— Exercise instructions —
Go through the entries below and copy each line that holds the word "IFCRELAGGREGATES".

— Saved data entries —
=== Section Start ===
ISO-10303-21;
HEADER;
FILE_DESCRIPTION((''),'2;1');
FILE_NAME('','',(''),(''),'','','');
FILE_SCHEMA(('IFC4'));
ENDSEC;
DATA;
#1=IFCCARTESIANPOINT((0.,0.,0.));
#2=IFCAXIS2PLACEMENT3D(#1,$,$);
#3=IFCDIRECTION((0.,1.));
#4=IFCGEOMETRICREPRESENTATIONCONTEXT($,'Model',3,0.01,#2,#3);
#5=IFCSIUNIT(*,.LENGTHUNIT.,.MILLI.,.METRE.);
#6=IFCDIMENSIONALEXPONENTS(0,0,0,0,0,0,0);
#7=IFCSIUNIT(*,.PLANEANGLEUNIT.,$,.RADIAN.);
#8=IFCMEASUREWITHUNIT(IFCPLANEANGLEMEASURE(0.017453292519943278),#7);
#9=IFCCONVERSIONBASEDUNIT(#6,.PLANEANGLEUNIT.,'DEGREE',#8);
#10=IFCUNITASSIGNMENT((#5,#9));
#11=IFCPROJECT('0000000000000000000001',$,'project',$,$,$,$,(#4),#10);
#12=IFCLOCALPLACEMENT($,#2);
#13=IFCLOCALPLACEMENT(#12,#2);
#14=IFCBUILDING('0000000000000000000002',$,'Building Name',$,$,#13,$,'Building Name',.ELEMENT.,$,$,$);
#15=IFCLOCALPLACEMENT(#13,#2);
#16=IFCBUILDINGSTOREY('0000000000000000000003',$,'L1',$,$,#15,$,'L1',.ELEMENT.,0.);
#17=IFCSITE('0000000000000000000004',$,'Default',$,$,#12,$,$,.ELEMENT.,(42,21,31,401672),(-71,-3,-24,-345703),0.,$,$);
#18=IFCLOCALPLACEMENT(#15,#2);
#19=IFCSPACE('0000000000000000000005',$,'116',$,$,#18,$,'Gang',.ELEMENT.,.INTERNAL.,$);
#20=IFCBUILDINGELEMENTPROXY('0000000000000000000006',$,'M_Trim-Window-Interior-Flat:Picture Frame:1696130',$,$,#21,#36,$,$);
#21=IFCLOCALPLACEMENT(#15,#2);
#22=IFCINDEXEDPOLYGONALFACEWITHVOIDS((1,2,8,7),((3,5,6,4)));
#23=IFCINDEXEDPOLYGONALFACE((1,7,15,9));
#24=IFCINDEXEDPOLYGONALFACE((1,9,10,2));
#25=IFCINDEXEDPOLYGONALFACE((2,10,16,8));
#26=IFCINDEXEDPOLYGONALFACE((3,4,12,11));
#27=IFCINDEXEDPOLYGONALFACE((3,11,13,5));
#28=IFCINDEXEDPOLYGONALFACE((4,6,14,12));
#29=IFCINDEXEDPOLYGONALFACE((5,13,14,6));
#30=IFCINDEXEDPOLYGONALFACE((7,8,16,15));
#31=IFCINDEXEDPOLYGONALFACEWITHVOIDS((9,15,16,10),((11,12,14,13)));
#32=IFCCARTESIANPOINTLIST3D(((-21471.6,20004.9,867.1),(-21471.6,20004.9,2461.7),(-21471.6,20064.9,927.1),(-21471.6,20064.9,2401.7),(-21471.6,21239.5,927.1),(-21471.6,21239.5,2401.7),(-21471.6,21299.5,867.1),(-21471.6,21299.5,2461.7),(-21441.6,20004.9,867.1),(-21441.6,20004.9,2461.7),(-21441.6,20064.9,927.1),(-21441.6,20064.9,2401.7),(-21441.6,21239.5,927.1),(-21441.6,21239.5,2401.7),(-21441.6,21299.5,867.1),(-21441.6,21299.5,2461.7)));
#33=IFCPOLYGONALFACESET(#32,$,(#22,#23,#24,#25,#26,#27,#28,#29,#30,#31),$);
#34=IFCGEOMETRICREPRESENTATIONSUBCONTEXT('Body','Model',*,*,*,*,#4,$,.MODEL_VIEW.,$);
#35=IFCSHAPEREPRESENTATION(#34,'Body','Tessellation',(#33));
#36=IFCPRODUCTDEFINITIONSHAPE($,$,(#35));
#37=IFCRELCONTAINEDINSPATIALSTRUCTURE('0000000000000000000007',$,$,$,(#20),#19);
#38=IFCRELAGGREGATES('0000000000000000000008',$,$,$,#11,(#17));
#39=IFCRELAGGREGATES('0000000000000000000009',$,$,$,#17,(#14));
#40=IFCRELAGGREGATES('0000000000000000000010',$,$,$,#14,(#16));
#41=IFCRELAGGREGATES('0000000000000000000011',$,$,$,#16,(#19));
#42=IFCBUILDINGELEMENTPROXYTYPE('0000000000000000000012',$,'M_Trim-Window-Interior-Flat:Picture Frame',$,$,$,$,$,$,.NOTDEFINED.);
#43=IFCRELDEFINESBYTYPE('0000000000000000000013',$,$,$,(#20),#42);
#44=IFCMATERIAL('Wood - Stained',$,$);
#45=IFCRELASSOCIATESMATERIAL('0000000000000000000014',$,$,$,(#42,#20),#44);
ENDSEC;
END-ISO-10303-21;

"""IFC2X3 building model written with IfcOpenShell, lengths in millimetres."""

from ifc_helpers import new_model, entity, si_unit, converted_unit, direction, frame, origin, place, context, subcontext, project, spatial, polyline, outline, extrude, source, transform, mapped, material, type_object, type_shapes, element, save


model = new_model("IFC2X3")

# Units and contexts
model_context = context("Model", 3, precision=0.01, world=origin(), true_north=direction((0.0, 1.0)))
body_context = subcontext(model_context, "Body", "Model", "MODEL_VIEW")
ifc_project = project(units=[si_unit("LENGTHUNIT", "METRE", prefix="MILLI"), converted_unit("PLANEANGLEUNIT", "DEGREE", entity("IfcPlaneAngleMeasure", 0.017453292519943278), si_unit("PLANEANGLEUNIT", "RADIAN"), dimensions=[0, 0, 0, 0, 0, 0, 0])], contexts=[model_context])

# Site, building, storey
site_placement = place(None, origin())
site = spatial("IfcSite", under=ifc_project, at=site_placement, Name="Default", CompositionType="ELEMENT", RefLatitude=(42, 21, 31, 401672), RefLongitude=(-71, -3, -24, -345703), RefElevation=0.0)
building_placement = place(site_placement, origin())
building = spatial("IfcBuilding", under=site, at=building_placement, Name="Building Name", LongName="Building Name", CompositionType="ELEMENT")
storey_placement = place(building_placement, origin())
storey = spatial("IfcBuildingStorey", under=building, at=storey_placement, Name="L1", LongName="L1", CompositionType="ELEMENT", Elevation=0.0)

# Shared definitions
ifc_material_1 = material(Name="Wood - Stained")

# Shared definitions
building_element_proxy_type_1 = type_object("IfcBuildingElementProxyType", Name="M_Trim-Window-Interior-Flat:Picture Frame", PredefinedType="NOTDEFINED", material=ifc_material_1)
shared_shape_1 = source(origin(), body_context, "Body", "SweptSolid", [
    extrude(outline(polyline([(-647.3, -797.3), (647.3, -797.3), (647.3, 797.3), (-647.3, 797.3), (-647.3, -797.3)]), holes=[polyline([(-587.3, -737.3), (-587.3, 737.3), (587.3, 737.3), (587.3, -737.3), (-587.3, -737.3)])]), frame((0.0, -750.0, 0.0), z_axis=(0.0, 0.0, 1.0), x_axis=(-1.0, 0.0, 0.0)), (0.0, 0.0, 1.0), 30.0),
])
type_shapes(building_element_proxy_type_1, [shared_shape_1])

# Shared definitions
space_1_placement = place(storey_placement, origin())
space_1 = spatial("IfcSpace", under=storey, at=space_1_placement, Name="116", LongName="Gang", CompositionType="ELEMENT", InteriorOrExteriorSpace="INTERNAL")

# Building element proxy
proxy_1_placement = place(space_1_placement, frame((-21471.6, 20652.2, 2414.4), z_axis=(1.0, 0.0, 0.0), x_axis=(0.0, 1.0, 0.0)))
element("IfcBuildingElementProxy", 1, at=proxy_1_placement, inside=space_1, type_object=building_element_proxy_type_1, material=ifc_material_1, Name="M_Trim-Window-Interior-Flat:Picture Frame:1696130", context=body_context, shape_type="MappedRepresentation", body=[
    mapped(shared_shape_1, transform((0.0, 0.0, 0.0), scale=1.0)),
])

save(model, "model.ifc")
=== Section End ===
— Result of this task —
#38=IFCRELAGGREGATES('0000000000000000000008',$,$,$,#11,(#17));
#39=IFCRELAGGREGATES('0000000000000000000009',$,$,$,#17,(#14));
#40=IFCRELAGGREGATES('0000000000000000000010',$,$,$,#14,(#16));
#41=IFCRELAGGREGATES('0000000000000000000011',$,$,$,#16,(#19));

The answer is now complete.